The baby was due to arrive in early November. Moti was promoted, which meant more time on the base. I offered to move into their apartment, but Iris’s mother moved in instead. She kept her company. She cooked for her and rubbed the small of her back when it ached. I called Iris, but her mother always answered and told me she couldn’t come to the phone. “You’ve done enough, Deni.”  I sent Iris a dozen letters written with my new fountain pen, the ink pooling at the end of each line, asking what I’d done wrong.  I love you, they said. She never responded. I was sure her mother had destroyed them. One afternoon when my shift ended, I bought a half kilo of marble halvah, Iris’s favorite, and took it to her apartment. Her mother answered the door. She was tall and when I looked at her head on I saw the creped skin on her neck, the powder flecking off the freckles she tried to hide. She was dressed to go out.

“Iris isn’t here.”

“I brought her halvah.”

She shook her head. “My daughter’s right. You’re too much. You need to stop this now. It isn’t healthy.”

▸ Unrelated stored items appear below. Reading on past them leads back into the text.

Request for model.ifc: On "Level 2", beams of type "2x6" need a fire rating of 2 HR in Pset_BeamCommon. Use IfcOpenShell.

First a look at what the model holds.

```python
import ifcopenshell
import ifcopenshell.util.element

model = ifcopenshell.open("model.ifc")
print(model.schema)
storey = next(s for s in model.by_type("IfcBuildingStorey") if s.Name == "Level 2")
beams = [e for e in ifcopenshell.util.element.get_decomposition(storey) if e.is_a("IfcBeam")]
seen = {}
for e in beams:
    element_type = ifcopenshell.util.element.get_type(e)
    key = (element_type.Name if element_type != e and element_type else None, ifcopenshell.util.element.get_pset(e, "Pset_BeamCommon", "FireRating"))
    seen[key] = seen.get(key, 0) + 1
for (name, value), count in sorted(seen.items(), key=str):
    print(count, "x", name, "|", value)
```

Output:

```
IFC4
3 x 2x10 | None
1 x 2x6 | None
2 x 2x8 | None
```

```python
import ifcopenshell
import ifcopenshell.api.pset
import ifcopenshell.util.element

model = ifcopenshell.open("model.ifc")

storey = next(s for s in model.by_type("IfcBuildingStorey") if s.Name == "Level 2")
beams = [e for e in ifcopenshell.util.element.get_decomposition(storey) if e.is_a("IfcBeam")]

count = 0
for e in beams:
    element_type = ifcopenshell.util.element.get_type(e)
    if element_type in (None, e) or element_type.Name != "2x6":
        continue
    # add_pset returns the element's existing set when there is one.
    pset = ifcopenshell.api.pset.add_pset(model, product=e, name="Pset_BeamCommon")
    ifcopenshell.api.pset.edit_pset(model, pset=pset, properties={"FireRating": "2 HR"})
    count += 1

print(count, "beams updated")

model.write("model_updated.ifc")
```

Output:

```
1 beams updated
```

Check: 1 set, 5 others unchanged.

I peered into the apartment and saw Iris on the balcony watching us. Her belly a planet.

To Iris’s mother I said, “Please keep her safe.”

She softened for a moment, “What a strange thing to say.”

I went home and got into bed, not bothering to remove my uniform. Chilled and feverish, I wrapped myself in a blanket. The phone rang, but I didn’t answer it. For two days I hardly ate, and drank only from a cup of tepid water.

A soldier knocked on my door at dawn. I answered it in a daze.

“The commander needs you,” he said.

“What’s the date?”

“Friday, October 5, 1973. Erev Yom Kippur. Get a move on.”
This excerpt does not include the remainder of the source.